Anonyme und amtliche Tipps
Auch ein weiterer sehr konkreter Tipp geht bei den Ermittlern ein: Am Mittag des 8. Juni 2023 ruft ein Mann beim Hamburger Zoll an und gibt das Kennzeichen eines Containers durch. Darin sei eine große Menge Kokain. Der Container sei an die Speditionsfirma von Ümit D. adressiert. Doch der Tipp kommt zu spät, der Container hat den Hafen bereits verlassen. Womöglich enthielt er die einzige Kokainlieferung, die tatsächlich das mutmaßliche Tätertrio erreichte.

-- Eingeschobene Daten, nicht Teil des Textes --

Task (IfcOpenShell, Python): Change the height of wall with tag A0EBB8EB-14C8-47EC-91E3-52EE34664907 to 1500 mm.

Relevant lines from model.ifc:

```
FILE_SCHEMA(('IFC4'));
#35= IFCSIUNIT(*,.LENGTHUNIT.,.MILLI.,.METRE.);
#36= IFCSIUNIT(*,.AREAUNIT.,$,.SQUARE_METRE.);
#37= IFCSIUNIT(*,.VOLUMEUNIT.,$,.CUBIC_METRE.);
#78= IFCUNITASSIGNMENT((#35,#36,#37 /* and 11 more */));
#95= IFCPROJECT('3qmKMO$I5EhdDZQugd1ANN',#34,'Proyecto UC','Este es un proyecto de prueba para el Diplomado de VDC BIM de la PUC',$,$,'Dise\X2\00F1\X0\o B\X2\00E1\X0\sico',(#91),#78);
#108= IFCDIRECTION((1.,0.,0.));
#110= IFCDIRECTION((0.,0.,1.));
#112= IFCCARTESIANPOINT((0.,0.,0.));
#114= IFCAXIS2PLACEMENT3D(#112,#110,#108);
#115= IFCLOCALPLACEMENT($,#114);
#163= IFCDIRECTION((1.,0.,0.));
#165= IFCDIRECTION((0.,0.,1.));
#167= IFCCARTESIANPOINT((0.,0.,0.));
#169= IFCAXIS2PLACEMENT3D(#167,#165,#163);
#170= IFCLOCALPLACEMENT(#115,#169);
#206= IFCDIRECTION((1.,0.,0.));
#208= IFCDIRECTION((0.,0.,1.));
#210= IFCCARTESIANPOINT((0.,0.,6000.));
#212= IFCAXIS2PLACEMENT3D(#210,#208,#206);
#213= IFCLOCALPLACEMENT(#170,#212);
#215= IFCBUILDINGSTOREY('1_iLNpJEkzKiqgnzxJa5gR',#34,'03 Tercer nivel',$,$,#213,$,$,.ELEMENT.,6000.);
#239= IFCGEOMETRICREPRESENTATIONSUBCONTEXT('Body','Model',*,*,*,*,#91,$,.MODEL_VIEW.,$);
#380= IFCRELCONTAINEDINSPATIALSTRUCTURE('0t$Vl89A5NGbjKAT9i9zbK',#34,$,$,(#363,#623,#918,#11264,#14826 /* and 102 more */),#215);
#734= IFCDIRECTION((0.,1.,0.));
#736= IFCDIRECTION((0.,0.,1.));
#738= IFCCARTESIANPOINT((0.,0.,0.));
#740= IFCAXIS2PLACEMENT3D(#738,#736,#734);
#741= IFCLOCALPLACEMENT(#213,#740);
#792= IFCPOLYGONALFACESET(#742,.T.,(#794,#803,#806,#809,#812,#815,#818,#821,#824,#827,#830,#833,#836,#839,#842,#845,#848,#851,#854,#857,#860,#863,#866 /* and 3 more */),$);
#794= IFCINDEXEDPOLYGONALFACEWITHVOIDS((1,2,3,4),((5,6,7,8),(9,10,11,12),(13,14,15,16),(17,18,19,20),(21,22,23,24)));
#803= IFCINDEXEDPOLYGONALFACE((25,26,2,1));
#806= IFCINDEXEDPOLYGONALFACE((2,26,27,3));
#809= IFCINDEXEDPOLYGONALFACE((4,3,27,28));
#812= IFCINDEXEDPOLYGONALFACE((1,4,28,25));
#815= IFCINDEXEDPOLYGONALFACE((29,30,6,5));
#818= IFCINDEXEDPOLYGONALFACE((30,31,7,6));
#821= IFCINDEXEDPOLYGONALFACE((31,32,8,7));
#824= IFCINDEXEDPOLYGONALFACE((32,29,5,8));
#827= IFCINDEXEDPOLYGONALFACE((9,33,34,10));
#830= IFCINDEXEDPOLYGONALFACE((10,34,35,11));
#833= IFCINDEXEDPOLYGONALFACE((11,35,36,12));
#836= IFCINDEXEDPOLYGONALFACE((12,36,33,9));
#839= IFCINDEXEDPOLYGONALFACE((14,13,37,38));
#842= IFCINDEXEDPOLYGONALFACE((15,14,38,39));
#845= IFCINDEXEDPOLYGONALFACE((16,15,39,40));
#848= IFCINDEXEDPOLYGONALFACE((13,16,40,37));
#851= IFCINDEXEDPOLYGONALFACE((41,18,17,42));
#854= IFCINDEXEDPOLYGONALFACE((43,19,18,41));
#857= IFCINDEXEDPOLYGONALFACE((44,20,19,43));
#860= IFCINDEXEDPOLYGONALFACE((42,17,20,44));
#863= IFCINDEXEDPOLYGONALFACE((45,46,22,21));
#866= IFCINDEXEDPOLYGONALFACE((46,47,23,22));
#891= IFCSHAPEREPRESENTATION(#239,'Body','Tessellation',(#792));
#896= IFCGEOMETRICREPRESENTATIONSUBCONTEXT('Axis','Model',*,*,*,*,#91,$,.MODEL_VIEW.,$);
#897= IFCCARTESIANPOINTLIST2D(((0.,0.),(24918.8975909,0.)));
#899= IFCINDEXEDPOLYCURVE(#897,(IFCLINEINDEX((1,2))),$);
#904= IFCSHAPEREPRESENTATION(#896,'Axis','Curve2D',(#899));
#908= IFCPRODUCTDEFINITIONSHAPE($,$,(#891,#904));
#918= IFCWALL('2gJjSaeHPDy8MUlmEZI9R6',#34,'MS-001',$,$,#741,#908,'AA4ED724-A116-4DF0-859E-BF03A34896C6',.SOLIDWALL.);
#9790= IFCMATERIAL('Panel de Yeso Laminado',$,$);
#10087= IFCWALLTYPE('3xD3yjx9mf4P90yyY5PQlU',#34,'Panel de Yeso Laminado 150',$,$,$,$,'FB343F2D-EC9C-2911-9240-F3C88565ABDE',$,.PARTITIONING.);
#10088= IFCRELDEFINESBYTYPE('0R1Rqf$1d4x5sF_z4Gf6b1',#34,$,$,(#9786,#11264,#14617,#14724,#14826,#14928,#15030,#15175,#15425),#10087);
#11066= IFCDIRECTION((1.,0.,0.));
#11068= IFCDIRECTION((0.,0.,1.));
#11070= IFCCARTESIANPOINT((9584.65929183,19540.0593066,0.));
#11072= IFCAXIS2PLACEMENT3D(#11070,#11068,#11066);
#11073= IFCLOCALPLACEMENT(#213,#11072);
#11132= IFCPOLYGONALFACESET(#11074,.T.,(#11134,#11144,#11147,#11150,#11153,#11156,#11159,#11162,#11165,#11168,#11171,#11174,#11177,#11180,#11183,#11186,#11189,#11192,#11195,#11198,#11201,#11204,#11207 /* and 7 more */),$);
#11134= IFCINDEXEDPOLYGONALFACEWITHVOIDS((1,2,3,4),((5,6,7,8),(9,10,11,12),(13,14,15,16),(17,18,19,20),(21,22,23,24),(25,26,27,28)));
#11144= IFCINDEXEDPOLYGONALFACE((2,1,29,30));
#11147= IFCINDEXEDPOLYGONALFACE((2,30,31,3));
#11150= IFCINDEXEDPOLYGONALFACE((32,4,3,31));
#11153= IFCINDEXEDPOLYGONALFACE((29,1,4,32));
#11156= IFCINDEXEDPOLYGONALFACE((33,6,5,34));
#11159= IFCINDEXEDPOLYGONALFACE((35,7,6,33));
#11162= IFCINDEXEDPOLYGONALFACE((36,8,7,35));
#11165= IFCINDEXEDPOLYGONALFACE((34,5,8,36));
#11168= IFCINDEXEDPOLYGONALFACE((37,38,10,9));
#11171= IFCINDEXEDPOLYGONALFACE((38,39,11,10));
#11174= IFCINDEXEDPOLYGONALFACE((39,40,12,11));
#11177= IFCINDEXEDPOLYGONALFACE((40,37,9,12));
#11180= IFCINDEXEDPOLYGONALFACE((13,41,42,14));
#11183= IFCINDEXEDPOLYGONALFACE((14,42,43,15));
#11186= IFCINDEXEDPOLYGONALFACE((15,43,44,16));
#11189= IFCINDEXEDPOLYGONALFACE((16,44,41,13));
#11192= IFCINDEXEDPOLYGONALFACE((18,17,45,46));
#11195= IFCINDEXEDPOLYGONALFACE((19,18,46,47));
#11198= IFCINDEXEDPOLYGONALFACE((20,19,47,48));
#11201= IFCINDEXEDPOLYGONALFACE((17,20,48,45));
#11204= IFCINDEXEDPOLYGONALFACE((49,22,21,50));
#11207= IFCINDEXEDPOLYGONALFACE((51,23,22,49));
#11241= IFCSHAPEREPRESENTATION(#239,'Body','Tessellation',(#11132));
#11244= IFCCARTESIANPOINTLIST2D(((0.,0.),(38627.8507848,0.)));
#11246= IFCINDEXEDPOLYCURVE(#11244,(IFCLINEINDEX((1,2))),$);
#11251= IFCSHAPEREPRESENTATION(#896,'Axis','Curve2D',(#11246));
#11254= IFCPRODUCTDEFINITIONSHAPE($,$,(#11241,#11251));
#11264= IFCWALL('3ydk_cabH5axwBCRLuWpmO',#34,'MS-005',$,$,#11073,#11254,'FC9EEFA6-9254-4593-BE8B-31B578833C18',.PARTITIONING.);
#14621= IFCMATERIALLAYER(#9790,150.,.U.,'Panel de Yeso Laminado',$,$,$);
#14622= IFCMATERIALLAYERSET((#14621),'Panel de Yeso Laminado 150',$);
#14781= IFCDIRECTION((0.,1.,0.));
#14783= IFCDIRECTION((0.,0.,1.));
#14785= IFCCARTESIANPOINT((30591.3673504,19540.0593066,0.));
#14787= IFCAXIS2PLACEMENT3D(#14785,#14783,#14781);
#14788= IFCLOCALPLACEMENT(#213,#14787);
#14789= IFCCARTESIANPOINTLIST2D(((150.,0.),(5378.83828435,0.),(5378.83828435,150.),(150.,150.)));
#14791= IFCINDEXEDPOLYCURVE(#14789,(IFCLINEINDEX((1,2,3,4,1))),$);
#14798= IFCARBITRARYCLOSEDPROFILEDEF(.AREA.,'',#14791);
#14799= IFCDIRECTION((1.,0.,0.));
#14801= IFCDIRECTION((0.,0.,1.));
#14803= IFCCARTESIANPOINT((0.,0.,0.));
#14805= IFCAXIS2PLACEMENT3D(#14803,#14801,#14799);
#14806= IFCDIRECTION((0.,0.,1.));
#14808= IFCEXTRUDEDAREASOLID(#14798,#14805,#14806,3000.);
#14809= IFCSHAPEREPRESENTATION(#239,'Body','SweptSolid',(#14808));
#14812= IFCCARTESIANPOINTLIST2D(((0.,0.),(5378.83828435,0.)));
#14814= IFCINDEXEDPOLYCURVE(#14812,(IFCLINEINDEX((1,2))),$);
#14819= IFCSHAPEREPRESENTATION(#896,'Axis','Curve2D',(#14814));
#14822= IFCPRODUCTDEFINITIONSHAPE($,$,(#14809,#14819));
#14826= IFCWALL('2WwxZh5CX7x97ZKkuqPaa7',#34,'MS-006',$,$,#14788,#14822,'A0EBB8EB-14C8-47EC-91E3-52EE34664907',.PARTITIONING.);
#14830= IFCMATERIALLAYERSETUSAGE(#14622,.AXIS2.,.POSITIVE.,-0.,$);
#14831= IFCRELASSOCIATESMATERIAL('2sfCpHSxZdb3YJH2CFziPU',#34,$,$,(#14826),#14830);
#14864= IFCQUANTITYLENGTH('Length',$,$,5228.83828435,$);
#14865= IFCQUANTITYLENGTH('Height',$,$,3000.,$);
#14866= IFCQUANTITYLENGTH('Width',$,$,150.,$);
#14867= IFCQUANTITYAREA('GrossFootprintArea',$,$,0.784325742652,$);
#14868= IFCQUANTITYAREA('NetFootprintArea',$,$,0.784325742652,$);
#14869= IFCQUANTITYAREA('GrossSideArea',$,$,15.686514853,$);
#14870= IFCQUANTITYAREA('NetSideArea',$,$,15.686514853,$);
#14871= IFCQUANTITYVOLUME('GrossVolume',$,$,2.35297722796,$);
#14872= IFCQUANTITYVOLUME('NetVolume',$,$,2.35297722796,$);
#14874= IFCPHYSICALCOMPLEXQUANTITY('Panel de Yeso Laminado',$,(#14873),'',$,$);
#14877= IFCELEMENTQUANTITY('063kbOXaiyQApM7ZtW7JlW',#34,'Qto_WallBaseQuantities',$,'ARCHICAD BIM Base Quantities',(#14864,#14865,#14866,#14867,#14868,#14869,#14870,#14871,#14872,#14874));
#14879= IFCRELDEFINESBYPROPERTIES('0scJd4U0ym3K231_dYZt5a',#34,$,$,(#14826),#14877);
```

```python
import ifcopenshell
import ifcopenshell.api.pset
import ifcopenshell.geom
import ifcopenshell.util.element
import ifcopenshell.util.representation
import ifcopenshell.util.shape
import ifcopenshell.util.unit

model = ifcopenshell.open("model.ifc")
unit_scale = ifcopenshell.util.unit.calculate_unit_scale(model)
area_scale = ifcopenshell.util.unit.calculate_unit_scale(model, "AREAUNIT")
volume_scale = ifcopenshell.util.unit.calculate_unit_scale(model, "VOLUMEUNIT")
settings = ifcopenshell.geom.settings()


def volume(element):
    """Net volume in cubic metres, openings subtracted."""
    shape = ifcopenshell.geom.create_shape(settings, element)
    return ifcopenshell.util.shape.get_volume(shape.geometry)


wall = model.by_id(14826)
before = volume(wall)

body = ifcopenshell.util.representation.get_representation(wall, "Model", "Body")
solid = body.Items[0]
old_height = solid.Depth
solid.Depth = 1.5 / unit_scale
after = volume(wall)
thickness = 0.15  # wall thickness in metres

# Update the stored height, areas and volumes.
qto = model.by_id(ifcopenshell.util.element.get_pset(wall, "Qto_WallBaseQuantities", should_inherit=False)["id"])
ifcopenshell.api.pset.edit_qto(model, qto=qto, properties={
    "Height": solid.Depth,
    "GrossSideArea": ifcopenshell.util.element.get_pset(wall, "Qto_WallBaseQuantities", "GrossSideArea") * solid.Depth / old_height,
    "NetSideArea": after / thickness / area_scale,
    "GrossVolume": ifcopenshell.util.element.get_pset(wall, "Qto_WallBaseQuantities", "GrossVolume") * solid.Depth / old_height,
    "NetVolume": after / volume_scale,
})

print(f"height {old_height:g} -> {solid.Depth:g}, volume {before:.3f} -> {after:.3f} m3")

model.write("model-out.ifc")
```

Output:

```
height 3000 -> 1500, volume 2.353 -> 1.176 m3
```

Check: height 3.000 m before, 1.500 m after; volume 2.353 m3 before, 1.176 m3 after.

Wirklich ausschlaggebend für den späteren Ermittlungserfolg war schließlich ein "Risikoprofil" der kolumbianischen Antidrogenbehörde Diran, wie die Generalzolldirektion dem SWR per Mail bestätigte: "Hintergrund ist eine in Kolumbien auffällige Ausfuhrabfertigung von zwei Containern Kernseife mit Endbestimmungsort Hamburg gewesen." Kernseife von Kolumbien nach Deutschland zu importieren, erschien den kolumbianischen Ermittlern so widersinnig, dass sie den deutschen Zollverbindungsbeamten informierten - obwohl sie in den beiden auffälligen Container kein Kokain fanden. Der Empfänger der Kernseife sollte eine Firma in Mannheim sein. Diese aber gab es aber nur auf dem Papier. Und sie gehörte Simon F.
Spurensuche in der Türkei
Trotz der Beschlagnahme in Ecuador kommen im Sommer 2023 weitere Kokainlieferungen nach Europa. Acht Tonnen werden in Rotterdam sichergestellt, zwölf Tonnen in Hamburg. Diese Lieferung hatten die Fahnder laut Ermittlungsunterlagen erwartet, denn jetzt haben sie das Netzwerk auf dem Schirm. Insgesamt fangen sie neun Container mit Kokain ab. Mit den Festnahmen in Deutschland sei eine erste Phase der Operation abgeschlossen, meint der Sprecher der Düsseldorfer Staatsanwaltschaft, Julius Sterzel im SWR-Interview. "Wir stehen mit diversen Strafverfolgungsbehörden im Ausland insbesondere mit Lateinamerika im Austausch." Und: "Im Rahmen der Ermittlungen haben sich Erkenntnisse ergeben, dass mutmaßliche Hintermänner aus der Türkei heraus agieren könnten."
Als Zoll und Polizei Anfang Juni gegen die drei Hauptverdächtigen und einige Helfershelfer vorgehen, müssen sie nach Ümit D. nicht lange suchen: Er sitzt zu diesem Zeitpunkt bereits in U-Haft. Er soll sich mit vorgehaltener Pistole einen BMW und eine Rolex besorgt haben und steht deshalb demnächst wegen schwerer räuberischer Erpressung vor Gericht.